Toronto Xtreme
- Full name: Toronto Xtreme Rugby Football Club
- Union: Rugby Canada Toronto Rugby Union
- Nickname(s): Renegades (1999–2002) Xtreme (2003–2007)
- Founded: 1999
- Location: Markham, Ontario
- Ground: Fletcher's Fields (Capacity: 3,000)
- League: Rugby Canada Super League
| Team kit |

Official website
- torontoxtreme.com

= Toronto Xtreme =

Canadian rugby union club, based in Markham, Ontario

The Toronto Xtreme (formerly Toronto Renegades) were a Canadian rugby union team based in Markham, Ontario. The team played in the Rugby Canada Super League and drew most of its players from the Toronto Rugby Union.

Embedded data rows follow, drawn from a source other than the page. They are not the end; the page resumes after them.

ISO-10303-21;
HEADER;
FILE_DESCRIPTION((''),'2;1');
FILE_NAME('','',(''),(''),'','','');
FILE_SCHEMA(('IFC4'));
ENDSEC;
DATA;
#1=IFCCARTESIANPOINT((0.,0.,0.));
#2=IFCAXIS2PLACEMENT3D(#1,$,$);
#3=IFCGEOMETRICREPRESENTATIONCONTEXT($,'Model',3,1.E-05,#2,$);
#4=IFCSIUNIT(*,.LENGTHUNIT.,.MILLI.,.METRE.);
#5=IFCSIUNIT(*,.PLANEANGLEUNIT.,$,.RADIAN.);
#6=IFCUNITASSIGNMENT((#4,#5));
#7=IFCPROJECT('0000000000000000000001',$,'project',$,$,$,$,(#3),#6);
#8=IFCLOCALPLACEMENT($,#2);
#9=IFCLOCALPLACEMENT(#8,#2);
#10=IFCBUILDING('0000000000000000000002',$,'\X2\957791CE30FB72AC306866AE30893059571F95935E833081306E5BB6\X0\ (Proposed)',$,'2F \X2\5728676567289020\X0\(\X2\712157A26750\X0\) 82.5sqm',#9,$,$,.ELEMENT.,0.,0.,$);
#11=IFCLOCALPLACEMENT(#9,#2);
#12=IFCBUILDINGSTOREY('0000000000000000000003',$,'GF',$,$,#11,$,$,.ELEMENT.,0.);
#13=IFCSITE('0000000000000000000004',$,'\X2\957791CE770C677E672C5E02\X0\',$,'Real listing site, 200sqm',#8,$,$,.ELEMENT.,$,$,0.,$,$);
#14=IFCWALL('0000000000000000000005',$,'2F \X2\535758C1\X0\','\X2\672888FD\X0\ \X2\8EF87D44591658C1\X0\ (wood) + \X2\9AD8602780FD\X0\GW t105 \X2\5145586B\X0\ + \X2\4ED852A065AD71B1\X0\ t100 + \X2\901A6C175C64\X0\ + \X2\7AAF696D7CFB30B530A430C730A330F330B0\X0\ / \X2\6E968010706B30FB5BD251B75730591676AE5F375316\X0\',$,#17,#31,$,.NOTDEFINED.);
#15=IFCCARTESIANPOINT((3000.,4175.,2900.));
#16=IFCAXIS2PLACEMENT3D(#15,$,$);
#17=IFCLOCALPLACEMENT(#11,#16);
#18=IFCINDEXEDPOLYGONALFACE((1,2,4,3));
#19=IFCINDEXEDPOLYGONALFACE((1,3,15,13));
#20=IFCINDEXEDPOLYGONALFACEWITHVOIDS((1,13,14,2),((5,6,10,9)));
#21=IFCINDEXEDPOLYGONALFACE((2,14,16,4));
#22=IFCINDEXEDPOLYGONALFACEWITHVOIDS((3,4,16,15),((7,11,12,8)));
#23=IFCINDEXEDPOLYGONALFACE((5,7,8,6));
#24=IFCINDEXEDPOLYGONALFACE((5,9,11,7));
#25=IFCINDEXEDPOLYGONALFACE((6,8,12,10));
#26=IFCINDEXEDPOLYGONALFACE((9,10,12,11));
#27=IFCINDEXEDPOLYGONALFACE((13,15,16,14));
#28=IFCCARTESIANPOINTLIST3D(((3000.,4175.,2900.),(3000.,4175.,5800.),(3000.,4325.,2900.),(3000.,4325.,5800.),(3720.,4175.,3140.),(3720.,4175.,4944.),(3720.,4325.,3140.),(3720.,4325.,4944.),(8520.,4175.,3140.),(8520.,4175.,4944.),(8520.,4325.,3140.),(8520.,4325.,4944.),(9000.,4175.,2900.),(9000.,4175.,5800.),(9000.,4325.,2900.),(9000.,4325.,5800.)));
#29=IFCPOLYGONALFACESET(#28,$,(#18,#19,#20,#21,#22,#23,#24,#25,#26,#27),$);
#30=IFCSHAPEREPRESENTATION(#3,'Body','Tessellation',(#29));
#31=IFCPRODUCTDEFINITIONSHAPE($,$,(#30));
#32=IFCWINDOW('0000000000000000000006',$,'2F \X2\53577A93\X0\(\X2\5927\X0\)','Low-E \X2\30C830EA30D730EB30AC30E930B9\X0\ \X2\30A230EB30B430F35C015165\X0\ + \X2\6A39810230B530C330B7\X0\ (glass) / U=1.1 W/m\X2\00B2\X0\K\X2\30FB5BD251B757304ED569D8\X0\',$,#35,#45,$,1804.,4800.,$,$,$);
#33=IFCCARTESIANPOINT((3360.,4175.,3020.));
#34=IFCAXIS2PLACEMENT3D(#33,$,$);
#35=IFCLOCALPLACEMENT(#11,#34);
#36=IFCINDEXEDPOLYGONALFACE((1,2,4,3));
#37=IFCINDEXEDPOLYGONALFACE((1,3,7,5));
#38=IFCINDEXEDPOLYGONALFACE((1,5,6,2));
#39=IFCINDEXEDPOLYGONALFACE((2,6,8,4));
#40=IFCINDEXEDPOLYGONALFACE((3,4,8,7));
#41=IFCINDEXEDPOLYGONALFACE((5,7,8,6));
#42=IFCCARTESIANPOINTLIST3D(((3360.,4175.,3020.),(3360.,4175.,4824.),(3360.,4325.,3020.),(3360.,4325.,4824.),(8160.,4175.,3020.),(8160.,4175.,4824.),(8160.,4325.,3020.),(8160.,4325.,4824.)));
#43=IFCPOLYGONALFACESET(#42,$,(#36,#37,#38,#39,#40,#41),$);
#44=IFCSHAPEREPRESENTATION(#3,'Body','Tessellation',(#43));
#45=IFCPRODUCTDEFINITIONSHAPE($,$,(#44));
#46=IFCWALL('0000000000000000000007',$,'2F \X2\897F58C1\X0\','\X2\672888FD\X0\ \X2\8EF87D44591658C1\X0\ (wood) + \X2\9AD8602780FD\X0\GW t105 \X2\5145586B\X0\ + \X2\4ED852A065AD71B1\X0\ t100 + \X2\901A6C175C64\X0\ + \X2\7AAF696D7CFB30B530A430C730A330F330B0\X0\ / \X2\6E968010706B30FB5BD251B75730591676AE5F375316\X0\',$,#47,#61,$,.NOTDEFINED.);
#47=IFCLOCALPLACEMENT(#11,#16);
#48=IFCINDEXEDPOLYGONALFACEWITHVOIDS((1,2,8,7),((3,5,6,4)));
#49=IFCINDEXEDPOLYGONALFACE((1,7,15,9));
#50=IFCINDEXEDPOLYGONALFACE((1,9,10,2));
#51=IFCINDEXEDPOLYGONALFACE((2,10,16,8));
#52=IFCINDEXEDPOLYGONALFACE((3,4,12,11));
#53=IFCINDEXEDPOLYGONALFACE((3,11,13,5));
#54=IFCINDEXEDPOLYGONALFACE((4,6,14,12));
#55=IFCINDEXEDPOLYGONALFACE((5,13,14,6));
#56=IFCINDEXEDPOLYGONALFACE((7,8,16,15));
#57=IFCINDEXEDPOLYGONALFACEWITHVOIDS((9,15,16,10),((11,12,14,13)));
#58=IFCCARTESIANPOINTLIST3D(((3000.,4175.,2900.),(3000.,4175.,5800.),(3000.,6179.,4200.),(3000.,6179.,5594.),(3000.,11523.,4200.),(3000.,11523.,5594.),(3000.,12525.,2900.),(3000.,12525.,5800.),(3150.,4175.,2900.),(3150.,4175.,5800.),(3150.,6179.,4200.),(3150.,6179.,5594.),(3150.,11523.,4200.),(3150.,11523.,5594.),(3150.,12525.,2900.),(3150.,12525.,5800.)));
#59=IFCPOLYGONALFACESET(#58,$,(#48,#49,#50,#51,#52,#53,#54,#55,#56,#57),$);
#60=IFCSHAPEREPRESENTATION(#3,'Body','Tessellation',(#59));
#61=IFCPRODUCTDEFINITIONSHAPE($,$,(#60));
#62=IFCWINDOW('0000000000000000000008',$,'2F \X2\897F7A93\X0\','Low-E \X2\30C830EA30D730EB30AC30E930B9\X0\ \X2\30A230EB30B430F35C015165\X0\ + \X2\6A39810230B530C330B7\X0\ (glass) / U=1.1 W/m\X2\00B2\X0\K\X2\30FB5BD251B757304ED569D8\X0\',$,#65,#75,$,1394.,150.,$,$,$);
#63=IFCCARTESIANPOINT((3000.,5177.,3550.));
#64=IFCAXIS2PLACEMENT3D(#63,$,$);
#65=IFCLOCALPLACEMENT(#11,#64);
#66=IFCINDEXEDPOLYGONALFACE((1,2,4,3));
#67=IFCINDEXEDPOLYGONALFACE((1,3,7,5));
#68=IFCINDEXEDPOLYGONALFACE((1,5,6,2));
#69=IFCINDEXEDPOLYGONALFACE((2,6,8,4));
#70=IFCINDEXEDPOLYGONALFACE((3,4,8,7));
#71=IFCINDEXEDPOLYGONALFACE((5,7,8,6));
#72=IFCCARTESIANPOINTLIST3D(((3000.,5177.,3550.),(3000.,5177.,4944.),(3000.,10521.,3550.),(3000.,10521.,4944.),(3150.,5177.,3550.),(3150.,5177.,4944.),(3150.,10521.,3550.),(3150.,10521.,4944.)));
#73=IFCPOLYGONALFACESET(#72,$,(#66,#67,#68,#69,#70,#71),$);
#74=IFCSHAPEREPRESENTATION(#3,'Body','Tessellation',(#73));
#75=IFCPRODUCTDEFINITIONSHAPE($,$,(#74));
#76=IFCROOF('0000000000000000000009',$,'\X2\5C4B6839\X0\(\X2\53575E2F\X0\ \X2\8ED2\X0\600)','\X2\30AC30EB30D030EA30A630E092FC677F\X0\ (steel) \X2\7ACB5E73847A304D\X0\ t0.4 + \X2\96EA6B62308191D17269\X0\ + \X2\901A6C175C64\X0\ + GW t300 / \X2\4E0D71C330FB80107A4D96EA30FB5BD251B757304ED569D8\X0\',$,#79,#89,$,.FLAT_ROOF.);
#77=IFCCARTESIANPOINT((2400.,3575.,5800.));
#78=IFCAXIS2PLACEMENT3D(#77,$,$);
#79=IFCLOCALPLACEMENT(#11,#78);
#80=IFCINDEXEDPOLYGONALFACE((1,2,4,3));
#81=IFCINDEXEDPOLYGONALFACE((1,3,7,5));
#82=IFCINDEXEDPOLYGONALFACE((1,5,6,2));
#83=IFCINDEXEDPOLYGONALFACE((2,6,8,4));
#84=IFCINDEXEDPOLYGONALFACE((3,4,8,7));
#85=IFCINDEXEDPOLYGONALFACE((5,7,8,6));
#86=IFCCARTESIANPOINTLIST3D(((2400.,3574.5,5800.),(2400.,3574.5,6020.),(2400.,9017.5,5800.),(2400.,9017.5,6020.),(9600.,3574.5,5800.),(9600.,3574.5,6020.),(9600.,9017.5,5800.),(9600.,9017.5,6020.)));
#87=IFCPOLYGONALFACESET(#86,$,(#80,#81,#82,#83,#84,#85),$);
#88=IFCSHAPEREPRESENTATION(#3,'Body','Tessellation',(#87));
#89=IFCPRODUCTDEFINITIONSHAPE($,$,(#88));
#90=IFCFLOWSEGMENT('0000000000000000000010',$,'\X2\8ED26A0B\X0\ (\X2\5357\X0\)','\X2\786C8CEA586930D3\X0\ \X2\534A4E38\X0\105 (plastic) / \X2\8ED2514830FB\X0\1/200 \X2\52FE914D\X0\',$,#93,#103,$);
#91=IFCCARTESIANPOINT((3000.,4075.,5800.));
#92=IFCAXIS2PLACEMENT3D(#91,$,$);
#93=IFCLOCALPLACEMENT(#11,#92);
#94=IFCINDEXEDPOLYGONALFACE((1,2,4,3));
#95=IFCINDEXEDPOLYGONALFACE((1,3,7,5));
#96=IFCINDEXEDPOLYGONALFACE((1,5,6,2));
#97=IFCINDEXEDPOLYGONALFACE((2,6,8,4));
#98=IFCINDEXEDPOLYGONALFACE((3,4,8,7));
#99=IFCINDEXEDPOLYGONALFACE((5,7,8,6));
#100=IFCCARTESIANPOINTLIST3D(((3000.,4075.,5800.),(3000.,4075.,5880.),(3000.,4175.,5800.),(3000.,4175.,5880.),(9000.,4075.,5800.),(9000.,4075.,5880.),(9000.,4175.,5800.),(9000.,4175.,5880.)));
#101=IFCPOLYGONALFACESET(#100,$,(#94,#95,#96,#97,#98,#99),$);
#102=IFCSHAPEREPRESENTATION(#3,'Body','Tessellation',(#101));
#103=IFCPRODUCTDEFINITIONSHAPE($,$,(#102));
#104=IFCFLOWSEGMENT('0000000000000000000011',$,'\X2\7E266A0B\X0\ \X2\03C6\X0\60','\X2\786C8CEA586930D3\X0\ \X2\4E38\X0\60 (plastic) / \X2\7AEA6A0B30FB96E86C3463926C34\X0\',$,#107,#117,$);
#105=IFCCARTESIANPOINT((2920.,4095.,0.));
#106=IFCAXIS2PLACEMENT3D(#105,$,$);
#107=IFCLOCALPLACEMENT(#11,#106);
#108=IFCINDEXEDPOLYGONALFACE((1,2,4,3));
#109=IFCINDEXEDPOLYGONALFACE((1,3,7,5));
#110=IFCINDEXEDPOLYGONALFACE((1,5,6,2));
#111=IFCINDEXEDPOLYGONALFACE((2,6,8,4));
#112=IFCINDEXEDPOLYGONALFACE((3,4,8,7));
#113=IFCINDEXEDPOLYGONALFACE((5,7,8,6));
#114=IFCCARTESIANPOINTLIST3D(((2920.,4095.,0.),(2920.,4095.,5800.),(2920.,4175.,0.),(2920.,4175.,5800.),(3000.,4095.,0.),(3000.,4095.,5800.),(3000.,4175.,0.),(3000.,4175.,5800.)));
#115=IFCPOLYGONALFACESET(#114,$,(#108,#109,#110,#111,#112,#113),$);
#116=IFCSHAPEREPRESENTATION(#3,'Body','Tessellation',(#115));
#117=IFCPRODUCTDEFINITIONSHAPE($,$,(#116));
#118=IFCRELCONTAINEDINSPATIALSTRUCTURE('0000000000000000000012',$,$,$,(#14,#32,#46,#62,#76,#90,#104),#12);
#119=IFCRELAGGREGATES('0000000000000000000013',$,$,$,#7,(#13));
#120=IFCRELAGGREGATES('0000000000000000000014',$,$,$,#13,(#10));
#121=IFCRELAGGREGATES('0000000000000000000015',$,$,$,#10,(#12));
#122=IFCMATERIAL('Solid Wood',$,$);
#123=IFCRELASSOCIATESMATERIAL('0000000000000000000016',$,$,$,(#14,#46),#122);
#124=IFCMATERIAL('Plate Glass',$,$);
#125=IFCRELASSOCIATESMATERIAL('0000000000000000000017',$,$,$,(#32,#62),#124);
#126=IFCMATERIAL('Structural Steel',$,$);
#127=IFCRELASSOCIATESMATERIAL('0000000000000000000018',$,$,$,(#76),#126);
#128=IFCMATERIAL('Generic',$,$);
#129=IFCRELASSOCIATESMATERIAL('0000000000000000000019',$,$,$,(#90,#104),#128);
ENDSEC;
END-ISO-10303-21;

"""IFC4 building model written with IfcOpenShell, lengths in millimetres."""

from ifc_helpers import new_model, si_unit, frame, frame_2d, origin, place, context, project, spatial, rectangle, extrude, material, element, fill, save


model = new_model("IFC4")

# Units and contexts
model_context = context("Model", 3, precision=1e-05, world=origin())
ifc_project = project(units=[si_unit("LENGTHUNIT", "METRE", prefix="MILLI"), si_unit("PLANEANGLEUNIT", "RADIAN")], contexts=[model_context])

# Site, building, storey
site_placement = place(None, origin())
site = spatial("IfcSite", under=ifc_project, at=site_placement, Name="長野県松本市", ObjectType="Real listing site, 200sqm", CompositionType="ELEMENT", RefElevation=0.0)
building_placement = place(site_placement, origin())
building = spatial("IfcBuilding", under=site, at=building_placement, Name="長野・犬と暮らす土間広めの家 (Proposed)", ObjectType="2F 在来木造(無垢材) 82.5sqm", CompositionType="ELEMENT", ElevationOfRefHeight=0.0, ElevationOfTerrain=0.0)
storey_placement = place(building_placement, origin())
storey = spatial("IfcBuildingStorey", under=building, at=storey_placement, Name="GF", CompositionType="ELEMENT", Elevation=0.0)

# Shared definitions
ifc_material_1 = material(Name="Solid Wood")

# Shared definitions
ifc_material_2 = material(Name="Plate Glass")

# Walls, openings, windows
wall_1_placement = place(storey_placement, frame((3000.0, 4175.0, 2900.0)))
wall_1 = element("IfcWall", 1, at=wall_1_placement, inside=storey, material=ifc_material_1, Name="2F 南壁", Description="木製 軸組外壁 (wood) + 高性能GW t105 充填 + 付加断熱 t100 + 通気層 + 窯業系サイディング / 準耐火・寒冷地外皮強化", PredefinedType="NOTDEFINED", context=model_context, shape_type="SweptSolid", body=[
    extrude(rectangle(XDim=6000.0, YDim=150.0, at=frame_2d((3000.0, 75.0))), frame((3000.0, 4175.0, 2900.0)), (0.0, 0.0, 1.0), 2900.0),
])
opening_1_placement = place(storey_placement, frame((3360.0, 4175.0, 3020.0)))
opening_1 = element("IfcOpeningElement", 2, at=opening_1_placement, cuts=wall_1, PredefinedType="NOTDEFINED", context=model_context, shape_type="SweptSolid", body=[
    extrude(rectangle(XDim=4800.0, YDim=150.0, at=frame_2d((2400.0, 75.0))), frame((3360.0, 4175.0, 3020.0)), (0.0, 0.0, 1.0), 1804.0),
])
window_1_placement = place(storey_placement, frame((3360.0, 4175.0, 3020.0)))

Founded in 1999 as the Toronto Renegades, the team was Eastern Champions in 1999, 2001, and 2003. The Xtreme did not participate in the 2008 season which was the final year of RCSL.

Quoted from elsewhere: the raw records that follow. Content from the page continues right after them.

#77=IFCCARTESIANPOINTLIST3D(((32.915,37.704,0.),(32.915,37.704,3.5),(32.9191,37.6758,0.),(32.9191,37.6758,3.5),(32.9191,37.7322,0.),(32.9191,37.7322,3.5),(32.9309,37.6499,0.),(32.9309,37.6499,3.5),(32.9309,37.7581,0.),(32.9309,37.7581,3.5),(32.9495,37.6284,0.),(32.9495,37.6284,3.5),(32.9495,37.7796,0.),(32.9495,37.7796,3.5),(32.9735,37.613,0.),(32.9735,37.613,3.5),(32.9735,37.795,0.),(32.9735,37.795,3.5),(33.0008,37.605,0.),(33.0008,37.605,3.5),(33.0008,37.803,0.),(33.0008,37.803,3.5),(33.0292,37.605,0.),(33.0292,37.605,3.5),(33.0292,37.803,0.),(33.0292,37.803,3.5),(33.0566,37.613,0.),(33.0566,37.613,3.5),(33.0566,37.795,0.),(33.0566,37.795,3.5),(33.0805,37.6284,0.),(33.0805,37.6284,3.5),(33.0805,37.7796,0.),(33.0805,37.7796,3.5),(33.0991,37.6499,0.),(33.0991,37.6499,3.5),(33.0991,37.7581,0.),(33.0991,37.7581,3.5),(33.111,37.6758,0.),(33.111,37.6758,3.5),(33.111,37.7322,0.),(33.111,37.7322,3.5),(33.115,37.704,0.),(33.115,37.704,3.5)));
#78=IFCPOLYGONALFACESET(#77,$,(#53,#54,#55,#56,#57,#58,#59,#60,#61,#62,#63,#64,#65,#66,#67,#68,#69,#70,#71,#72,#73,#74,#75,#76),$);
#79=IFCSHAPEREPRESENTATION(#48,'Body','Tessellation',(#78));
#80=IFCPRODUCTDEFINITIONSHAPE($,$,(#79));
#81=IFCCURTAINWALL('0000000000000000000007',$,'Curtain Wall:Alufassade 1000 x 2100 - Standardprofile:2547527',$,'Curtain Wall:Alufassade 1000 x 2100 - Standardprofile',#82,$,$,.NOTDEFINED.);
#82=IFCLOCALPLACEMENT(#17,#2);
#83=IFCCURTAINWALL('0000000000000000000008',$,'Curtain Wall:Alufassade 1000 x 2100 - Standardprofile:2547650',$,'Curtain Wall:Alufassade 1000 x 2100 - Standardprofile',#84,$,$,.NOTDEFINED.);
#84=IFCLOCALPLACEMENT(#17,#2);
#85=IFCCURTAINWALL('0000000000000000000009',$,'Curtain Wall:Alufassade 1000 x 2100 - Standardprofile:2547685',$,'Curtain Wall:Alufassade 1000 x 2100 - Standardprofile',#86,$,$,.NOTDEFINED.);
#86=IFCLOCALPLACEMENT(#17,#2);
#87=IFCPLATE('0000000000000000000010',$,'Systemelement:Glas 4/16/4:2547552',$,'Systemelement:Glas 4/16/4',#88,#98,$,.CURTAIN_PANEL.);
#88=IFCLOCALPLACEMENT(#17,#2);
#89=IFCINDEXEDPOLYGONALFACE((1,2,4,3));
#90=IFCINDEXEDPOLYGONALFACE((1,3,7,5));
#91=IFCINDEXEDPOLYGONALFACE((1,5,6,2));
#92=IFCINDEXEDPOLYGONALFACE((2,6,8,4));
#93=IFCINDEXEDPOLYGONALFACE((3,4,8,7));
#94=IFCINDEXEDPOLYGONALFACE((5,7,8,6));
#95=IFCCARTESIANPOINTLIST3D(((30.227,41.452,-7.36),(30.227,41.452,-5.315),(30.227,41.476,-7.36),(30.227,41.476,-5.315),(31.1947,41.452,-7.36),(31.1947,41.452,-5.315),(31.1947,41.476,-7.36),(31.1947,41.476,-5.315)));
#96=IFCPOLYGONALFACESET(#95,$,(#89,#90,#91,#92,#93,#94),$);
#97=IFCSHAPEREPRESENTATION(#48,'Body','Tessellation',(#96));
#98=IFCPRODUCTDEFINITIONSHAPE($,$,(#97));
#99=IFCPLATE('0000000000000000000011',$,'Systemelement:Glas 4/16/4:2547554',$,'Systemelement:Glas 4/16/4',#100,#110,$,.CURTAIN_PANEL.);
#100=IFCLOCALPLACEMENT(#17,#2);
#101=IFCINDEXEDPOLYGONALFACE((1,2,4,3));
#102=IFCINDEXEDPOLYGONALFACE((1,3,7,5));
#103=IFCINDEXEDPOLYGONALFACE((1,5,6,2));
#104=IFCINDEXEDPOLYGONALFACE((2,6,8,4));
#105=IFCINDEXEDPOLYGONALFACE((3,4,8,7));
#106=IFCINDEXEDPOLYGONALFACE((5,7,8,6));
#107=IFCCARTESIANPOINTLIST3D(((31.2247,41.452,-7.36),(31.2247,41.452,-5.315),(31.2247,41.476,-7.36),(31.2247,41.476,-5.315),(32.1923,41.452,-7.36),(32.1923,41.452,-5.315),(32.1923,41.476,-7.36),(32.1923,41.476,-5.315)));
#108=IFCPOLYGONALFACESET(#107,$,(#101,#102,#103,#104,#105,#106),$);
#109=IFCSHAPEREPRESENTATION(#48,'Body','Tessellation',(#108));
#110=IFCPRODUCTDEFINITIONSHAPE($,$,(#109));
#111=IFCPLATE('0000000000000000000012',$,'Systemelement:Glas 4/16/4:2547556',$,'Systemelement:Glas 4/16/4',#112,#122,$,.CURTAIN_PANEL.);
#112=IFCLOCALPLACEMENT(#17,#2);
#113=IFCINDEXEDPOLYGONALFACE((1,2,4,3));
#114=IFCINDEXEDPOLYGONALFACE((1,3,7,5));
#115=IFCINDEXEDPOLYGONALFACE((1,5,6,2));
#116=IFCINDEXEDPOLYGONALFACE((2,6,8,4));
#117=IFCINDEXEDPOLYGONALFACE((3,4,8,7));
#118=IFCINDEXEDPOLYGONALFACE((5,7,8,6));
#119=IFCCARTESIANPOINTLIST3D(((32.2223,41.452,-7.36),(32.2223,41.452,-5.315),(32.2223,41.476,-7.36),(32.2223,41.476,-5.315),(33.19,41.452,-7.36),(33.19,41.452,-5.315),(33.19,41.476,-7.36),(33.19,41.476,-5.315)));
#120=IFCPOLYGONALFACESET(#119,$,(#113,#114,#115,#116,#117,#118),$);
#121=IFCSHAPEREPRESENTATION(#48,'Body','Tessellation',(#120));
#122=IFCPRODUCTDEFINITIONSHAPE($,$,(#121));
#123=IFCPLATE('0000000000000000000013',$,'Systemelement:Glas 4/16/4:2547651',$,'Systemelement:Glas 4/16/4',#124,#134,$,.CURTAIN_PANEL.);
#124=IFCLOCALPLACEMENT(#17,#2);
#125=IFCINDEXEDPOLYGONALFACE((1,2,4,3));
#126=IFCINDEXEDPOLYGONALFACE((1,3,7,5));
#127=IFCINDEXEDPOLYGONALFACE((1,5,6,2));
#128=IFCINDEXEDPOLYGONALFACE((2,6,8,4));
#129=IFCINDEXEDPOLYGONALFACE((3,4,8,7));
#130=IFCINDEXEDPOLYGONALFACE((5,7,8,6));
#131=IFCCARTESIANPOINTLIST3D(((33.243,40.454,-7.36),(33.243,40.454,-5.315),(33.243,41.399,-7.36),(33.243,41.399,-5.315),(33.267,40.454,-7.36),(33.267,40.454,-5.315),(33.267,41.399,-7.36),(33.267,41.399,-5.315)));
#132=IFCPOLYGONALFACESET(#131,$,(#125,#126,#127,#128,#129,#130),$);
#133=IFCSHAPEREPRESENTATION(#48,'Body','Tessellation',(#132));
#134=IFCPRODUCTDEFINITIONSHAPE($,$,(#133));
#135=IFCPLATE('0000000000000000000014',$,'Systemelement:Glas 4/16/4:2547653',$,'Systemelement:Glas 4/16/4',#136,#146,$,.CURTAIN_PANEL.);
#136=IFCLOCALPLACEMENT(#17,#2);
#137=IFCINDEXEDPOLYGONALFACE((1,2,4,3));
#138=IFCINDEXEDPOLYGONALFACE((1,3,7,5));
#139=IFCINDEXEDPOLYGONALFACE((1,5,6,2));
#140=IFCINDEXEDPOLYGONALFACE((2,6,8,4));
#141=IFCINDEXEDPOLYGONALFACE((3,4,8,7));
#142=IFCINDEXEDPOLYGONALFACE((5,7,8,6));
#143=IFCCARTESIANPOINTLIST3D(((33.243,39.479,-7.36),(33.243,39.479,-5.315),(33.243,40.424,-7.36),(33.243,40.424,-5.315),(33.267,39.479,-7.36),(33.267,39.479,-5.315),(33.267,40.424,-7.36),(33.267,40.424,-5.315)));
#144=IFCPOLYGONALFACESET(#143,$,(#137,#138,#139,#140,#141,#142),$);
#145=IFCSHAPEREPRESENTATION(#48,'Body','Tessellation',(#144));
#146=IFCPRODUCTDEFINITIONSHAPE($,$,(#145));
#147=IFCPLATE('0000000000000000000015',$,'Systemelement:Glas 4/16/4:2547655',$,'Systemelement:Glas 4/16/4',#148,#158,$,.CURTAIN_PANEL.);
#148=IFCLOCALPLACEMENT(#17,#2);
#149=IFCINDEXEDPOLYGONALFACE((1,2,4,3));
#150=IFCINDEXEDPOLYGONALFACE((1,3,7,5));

==Season-by-season records==

Season records
| Season | W | L | T | Finish | Playoff results |
Toronto Renegades
| 1999 | 4 | 0 | 1 | 1st East Division | Lost Finals (Vancouver Island Crimson Tide) |
| 2000 | 4 | 1 | 0 | 2nd East Division | — |
| 2001 | 4 | 0 | 0 | 1st East Division | Lost Finals (Fraser Valley Venom) |
| 2002 | 5 | 1 | 0 | 2nd East Division | — |
Toronto Xtreme
| 2003 | 4 | 0 | 0 | 1st East Division | Lost Finals (Calgary Mavericks) |
| 2004 | 5 | 1 | 0 | 2nd East Division | – |
| 2005 | 3 | 2 | 1 | 3rd East Division | — |
| 2006 | 2 | 4 | 0 | 5th East Division | — |
| 2007 | 3 | 3 | 0 | 4th East Division | — |
| Totals | 34 | 12 | 2 | (regular season, 1999–2007) |  |
| 0 | 3 | 0 | (playoffs, 1999–2007) |  |

==Toronto Rebellion==
In 2009, Rugby Canada disbanded the RCSL and started a new league called Rugby Canada National Junior Championship. The Toronto Rugby Union fielded a team known as the Toronto Rebellion during the 2009 RCNJC season.